:: Data records

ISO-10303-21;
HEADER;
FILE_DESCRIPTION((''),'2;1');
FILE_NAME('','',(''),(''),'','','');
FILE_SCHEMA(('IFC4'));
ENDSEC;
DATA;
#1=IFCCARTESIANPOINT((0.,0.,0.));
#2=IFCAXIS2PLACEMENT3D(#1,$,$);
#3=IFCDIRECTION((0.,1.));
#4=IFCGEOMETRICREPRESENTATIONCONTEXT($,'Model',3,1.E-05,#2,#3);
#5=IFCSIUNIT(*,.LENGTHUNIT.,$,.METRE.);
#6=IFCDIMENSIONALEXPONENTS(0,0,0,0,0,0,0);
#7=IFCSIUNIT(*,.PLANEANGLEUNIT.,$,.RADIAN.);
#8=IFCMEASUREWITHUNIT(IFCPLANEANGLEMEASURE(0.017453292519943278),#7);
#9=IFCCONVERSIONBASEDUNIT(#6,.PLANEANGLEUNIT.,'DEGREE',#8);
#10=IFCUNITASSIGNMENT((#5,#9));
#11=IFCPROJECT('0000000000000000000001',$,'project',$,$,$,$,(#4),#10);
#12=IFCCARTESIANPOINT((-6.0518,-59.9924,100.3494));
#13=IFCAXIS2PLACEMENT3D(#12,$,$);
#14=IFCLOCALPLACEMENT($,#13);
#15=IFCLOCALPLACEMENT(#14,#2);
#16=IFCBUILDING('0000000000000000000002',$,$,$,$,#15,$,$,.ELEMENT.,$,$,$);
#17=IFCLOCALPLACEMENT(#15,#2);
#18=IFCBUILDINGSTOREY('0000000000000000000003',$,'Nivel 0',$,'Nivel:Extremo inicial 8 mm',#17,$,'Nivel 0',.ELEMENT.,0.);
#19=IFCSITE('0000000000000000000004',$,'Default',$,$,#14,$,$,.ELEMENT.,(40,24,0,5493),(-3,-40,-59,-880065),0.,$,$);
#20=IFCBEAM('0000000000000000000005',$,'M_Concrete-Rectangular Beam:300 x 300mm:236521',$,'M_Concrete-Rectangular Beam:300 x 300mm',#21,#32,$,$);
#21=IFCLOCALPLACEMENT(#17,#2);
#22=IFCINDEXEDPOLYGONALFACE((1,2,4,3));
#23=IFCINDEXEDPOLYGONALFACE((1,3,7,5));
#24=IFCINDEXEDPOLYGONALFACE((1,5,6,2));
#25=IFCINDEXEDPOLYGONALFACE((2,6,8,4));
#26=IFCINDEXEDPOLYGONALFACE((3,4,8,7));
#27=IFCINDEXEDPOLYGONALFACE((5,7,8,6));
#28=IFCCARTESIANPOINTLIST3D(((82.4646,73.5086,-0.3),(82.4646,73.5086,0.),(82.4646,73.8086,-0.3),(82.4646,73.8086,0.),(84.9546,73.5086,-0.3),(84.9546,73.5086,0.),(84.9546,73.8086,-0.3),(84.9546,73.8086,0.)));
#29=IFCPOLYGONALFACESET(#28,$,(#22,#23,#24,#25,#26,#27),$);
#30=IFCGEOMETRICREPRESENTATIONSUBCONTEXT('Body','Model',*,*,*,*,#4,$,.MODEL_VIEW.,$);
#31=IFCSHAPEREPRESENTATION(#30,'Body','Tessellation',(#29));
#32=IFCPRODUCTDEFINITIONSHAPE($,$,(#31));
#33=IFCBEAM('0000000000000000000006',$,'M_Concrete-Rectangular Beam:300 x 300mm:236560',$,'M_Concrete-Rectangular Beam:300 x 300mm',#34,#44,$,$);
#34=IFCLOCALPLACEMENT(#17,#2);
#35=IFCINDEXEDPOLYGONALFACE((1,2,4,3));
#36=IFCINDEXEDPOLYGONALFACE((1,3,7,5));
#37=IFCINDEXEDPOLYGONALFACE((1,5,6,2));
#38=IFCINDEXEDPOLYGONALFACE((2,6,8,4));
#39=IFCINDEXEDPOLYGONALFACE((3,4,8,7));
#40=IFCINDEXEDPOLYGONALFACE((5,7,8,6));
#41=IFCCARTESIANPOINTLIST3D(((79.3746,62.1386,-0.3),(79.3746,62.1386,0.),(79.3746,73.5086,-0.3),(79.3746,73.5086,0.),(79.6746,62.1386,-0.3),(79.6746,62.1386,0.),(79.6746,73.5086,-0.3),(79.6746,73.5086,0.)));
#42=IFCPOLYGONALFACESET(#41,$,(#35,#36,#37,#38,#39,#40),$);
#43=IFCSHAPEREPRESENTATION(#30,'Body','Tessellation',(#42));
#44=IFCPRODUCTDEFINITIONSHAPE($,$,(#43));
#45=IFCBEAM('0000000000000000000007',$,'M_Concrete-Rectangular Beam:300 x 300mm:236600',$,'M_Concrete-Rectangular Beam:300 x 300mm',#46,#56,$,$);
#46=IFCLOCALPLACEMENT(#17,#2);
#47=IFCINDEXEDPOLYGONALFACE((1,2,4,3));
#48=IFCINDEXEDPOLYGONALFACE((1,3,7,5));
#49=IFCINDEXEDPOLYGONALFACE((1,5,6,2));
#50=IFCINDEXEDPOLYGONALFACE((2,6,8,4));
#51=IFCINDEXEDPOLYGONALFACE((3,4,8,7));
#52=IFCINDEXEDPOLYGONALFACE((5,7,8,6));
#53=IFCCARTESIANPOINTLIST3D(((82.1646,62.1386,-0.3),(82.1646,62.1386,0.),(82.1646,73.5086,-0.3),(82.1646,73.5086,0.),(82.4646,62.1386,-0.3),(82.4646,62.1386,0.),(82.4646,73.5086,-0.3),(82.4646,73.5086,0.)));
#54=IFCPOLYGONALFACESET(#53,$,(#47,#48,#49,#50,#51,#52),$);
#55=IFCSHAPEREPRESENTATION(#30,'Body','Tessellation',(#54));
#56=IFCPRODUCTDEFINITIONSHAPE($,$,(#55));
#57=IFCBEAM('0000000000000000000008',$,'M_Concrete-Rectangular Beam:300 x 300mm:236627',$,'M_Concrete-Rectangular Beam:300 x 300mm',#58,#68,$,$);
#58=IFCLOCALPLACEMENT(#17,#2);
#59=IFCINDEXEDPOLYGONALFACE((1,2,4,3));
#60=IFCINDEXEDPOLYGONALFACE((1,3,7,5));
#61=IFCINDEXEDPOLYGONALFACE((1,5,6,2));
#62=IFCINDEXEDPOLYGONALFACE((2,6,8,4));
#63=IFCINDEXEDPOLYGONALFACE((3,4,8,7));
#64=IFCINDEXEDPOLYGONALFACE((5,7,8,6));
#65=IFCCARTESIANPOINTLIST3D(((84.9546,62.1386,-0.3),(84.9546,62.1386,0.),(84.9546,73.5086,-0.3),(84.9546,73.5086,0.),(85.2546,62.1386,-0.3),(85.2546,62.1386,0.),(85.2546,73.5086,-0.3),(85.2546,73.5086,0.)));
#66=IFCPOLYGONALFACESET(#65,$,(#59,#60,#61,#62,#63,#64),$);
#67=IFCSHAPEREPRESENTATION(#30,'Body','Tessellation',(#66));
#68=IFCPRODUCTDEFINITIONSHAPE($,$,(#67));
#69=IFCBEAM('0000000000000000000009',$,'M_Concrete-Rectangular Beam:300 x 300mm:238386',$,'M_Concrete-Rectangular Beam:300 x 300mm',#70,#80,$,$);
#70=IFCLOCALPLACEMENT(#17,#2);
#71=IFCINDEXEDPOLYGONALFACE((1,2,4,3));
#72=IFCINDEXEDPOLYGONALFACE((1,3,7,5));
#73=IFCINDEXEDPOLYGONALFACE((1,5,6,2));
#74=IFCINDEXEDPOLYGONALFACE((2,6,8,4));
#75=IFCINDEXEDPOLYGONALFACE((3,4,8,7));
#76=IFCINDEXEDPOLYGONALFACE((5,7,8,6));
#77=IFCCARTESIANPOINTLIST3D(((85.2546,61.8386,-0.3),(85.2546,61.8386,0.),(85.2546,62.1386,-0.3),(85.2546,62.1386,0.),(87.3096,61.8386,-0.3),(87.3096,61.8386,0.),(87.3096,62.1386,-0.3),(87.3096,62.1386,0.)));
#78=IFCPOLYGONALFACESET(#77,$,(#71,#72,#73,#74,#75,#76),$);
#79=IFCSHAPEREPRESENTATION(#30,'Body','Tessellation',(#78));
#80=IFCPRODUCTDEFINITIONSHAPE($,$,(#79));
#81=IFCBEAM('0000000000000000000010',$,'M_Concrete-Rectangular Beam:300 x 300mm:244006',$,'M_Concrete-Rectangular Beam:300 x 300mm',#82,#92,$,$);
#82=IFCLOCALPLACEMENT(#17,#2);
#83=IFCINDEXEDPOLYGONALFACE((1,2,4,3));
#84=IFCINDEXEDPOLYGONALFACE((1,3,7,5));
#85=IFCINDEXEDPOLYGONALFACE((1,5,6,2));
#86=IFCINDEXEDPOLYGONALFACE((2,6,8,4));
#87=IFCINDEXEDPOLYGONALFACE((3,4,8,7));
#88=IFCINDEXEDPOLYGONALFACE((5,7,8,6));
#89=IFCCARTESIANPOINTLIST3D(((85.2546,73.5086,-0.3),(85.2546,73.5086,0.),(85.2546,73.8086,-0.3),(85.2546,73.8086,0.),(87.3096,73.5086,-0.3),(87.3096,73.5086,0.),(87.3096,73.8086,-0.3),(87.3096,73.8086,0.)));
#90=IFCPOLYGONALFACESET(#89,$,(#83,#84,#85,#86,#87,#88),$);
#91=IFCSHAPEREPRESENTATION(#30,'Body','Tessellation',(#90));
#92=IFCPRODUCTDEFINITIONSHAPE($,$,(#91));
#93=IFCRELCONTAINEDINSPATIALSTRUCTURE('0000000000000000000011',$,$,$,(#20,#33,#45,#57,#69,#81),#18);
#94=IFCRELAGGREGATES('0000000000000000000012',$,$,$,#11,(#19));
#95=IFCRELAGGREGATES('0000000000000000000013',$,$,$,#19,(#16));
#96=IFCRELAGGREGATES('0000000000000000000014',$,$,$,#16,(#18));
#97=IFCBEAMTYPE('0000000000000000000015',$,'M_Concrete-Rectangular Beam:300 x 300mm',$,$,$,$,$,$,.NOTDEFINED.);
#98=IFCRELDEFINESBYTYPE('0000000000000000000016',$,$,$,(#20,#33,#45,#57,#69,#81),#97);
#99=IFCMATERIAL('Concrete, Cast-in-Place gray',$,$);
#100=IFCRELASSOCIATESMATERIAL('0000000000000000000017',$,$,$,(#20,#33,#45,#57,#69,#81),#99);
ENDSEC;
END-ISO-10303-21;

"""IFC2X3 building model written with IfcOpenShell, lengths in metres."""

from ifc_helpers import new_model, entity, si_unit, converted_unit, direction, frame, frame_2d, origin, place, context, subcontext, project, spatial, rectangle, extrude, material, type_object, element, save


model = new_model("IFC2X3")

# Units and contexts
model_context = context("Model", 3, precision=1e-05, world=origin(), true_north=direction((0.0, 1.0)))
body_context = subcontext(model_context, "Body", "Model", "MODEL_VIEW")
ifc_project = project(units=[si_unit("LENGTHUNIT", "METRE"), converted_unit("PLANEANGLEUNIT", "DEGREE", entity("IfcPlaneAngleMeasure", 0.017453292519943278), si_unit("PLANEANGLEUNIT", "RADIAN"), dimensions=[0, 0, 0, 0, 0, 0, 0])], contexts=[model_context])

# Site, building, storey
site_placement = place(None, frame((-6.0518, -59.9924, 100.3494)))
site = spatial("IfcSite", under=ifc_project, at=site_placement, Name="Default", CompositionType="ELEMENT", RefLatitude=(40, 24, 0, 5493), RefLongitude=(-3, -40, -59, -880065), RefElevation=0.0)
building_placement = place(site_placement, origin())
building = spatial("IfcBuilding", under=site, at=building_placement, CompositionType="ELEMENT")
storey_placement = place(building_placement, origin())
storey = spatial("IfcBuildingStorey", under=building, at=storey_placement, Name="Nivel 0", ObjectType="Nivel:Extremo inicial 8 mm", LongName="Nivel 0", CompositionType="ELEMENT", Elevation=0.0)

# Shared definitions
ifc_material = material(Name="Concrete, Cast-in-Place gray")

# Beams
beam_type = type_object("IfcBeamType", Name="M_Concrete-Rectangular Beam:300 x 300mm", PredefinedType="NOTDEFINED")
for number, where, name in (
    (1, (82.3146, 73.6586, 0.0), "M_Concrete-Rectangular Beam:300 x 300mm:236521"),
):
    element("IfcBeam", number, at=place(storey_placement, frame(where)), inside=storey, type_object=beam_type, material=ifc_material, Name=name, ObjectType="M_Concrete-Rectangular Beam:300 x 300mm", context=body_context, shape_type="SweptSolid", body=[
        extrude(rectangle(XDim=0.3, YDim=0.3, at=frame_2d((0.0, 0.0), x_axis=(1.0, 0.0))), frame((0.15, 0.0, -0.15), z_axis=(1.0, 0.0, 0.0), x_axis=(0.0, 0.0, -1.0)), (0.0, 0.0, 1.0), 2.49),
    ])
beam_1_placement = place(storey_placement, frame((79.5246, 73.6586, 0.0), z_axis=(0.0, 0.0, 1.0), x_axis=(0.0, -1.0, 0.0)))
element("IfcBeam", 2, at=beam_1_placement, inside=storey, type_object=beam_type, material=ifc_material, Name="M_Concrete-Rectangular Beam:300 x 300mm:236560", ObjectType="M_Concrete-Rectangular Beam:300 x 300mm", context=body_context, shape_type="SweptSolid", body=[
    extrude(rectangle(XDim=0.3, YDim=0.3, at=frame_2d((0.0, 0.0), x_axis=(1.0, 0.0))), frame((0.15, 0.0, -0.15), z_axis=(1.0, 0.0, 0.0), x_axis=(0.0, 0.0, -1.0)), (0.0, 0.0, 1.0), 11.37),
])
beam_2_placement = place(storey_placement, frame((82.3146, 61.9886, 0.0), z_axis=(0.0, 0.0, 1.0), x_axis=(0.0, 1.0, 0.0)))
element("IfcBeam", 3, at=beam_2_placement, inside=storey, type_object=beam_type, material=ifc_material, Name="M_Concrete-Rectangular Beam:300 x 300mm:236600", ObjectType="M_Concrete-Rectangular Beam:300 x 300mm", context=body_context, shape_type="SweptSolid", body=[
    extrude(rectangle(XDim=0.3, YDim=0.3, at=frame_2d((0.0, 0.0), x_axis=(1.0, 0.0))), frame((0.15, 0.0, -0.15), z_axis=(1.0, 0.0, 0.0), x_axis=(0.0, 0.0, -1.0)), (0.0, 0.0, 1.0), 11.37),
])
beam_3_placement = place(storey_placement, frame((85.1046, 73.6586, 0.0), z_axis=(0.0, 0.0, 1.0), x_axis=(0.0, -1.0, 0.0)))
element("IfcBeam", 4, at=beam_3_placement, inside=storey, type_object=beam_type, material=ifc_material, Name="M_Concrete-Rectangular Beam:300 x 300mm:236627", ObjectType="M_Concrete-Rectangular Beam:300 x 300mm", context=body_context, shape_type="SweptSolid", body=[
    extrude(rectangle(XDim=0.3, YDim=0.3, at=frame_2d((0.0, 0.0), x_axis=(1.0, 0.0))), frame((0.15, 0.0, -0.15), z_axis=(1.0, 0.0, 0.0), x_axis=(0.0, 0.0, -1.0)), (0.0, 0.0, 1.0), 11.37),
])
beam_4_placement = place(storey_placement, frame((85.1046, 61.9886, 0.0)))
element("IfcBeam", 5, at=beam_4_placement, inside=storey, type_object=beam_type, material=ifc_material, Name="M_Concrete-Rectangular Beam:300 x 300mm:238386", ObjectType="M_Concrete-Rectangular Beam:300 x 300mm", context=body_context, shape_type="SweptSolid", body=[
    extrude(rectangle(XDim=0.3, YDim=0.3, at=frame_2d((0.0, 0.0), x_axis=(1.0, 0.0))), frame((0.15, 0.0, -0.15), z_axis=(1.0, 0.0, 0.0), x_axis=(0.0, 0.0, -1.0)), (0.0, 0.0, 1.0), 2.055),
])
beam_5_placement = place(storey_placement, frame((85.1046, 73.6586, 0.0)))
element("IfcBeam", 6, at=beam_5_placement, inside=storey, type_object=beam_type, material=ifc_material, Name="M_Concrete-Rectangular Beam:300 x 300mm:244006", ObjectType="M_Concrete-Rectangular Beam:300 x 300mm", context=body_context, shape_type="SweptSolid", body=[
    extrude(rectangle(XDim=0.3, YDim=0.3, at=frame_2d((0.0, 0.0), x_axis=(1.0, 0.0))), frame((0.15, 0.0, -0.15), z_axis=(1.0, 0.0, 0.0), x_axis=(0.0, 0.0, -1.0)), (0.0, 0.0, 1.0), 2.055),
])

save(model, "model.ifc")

::::
:: Data records

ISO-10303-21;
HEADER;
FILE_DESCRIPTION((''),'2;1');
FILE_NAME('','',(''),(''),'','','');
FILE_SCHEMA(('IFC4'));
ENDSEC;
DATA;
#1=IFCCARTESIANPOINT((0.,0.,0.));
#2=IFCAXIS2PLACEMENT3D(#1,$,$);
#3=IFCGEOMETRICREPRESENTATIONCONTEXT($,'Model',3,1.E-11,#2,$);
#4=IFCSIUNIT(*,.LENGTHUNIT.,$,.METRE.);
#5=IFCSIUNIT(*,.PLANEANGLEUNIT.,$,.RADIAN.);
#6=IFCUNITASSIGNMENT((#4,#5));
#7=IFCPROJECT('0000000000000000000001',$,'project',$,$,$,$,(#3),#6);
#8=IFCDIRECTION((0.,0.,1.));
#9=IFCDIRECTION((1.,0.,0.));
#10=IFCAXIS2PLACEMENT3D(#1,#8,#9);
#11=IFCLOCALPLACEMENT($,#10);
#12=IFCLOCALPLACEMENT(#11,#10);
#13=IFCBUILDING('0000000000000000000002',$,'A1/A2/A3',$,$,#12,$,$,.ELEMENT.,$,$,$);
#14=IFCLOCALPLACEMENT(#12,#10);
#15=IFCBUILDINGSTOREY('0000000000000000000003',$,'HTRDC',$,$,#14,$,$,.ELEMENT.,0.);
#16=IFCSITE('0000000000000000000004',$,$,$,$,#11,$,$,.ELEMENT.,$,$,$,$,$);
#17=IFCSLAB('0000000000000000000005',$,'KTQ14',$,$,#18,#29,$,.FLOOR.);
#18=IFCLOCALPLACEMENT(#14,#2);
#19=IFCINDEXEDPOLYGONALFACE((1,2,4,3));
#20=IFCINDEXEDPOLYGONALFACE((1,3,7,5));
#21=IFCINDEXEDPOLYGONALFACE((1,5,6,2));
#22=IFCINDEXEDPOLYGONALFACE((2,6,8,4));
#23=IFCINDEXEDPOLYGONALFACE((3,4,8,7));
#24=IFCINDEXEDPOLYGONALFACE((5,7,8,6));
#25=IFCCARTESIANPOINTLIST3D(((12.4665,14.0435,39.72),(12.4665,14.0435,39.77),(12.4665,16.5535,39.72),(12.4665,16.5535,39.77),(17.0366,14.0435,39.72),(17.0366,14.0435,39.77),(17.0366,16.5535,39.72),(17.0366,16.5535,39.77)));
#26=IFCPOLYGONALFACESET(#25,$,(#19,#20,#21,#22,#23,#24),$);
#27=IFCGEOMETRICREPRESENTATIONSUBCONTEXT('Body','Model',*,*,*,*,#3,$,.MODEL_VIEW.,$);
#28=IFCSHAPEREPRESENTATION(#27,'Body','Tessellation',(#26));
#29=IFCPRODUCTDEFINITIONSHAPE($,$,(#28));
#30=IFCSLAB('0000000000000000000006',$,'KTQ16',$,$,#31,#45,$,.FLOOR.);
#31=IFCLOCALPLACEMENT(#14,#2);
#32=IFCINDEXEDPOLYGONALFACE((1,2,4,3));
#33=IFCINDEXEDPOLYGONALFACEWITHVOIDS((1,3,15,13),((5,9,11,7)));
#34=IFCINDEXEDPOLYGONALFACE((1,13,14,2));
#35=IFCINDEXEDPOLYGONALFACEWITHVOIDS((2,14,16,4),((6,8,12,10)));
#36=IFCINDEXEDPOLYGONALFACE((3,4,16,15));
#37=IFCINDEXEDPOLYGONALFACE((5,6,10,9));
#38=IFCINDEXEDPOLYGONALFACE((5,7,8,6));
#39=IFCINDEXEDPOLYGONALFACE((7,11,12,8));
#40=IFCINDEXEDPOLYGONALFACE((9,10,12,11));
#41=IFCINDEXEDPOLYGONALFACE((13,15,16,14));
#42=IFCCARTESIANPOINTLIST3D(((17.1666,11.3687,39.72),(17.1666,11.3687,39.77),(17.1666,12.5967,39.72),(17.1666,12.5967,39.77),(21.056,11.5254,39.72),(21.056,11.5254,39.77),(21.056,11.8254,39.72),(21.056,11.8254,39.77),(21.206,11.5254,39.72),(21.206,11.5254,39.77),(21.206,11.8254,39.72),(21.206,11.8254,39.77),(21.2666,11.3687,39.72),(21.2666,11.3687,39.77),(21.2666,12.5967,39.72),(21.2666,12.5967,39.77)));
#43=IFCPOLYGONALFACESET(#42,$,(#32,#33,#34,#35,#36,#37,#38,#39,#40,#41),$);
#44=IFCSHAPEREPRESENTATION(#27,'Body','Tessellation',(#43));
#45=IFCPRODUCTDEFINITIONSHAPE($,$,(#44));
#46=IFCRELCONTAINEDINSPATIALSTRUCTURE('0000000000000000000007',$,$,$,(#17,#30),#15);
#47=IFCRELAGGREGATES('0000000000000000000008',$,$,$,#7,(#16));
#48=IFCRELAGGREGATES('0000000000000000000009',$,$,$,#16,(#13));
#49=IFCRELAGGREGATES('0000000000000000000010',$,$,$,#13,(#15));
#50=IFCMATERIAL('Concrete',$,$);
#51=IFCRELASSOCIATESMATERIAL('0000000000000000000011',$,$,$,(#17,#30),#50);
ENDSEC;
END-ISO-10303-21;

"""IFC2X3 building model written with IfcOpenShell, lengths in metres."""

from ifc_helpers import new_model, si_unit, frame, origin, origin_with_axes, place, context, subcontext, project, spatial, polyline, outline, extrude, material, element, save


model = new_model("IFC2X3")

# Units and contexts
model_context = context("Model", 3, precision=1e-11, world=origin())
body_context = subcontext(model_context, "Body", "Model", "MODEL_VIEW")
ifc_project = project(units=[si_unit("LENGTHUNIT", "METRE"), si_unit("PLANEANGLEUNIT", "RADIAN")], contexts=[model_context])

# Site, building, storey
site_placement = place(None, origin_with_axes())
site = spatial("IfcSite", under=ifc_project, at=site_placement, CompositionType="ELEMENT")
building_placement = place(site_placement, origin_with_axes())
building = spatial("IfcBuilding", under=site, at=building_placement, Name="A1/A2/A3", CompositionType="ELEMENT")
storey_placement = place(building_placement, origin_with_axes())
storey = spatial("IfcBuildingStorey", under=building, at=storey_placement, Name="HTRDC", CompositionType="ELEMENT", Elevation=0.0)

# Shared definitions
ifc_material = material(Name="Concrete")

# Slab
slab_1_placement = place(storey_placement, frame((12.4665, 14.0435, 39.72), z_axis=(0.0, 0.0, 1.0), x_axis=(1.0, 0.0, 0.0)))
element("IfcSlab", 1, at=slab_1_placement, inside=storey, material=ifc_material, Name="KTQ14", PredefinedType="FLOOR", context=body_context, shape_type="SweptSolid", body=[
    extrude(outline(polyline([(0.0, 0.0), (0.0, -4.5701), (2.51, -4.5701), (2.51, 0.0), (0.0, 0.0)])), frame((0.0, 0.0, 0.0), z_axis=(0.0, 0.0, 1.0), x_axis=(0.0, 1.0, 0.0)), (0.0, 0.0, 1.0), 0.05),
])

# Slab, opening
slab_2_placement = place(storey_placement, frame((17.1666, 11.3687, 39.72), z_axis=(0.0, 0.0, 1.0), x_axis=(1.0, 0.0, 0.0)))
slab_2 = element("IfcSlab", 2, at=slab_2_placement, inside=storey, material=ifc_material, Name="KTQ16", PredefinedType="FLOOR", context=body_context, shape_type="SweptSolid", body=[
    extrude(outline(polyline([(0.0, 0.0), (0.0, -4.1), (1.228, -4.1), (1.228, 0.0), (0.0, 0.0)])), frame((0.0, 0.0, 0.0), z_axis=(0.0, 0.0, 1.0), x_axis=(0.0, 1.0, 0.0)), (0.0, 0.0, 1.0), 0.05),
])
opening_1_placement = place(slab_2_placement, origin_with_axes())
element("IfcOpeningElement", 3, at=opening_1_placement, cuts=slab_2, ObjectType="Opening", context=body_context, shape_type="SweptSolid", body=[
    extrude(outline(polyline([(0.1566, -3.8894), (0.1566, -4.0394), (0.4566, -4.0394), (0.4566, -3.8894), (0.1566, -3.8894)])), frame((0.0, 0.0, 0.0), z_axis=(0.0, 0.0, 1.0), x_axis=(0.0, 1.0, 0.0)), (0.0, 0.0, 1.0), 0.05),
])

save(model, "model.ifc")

::::

*Activity*:
From the line that has "#66=IFCPOLYGONALFACESET(#65,$,(#59,#60,#61,#62,#63,#64),$);" through the line that has "#71=IFCINDEXEDPOLYGONALFACE((1,2,4,3));", copy every line exactly as it appears above, and leave out all others.

*Solution*:
#66=IFCPOLYGONALFACESET(#65,$,(#59,#60,#61,#62,#63,#64),$);
#67=IFCSHAPEREPRESENTATION(#30,'Body','Tessellation',(#66));
#68=IFCPRODUCTDEFINITIONSHAPE($,$,(#67));
#69=IFCBEAM('0000000000000000000009',$,'M_Concrete-Rectangular Beam:300 x 300mm:238386',$,'M_Concrete-Rectangular Beam:300 x 300mm',#70,#80,$,$);
#70=IFCLOCALPLACEMENT(#17,#2);
#71=IFCINDEXEDPOLYGONALFACE((1,2,4,3));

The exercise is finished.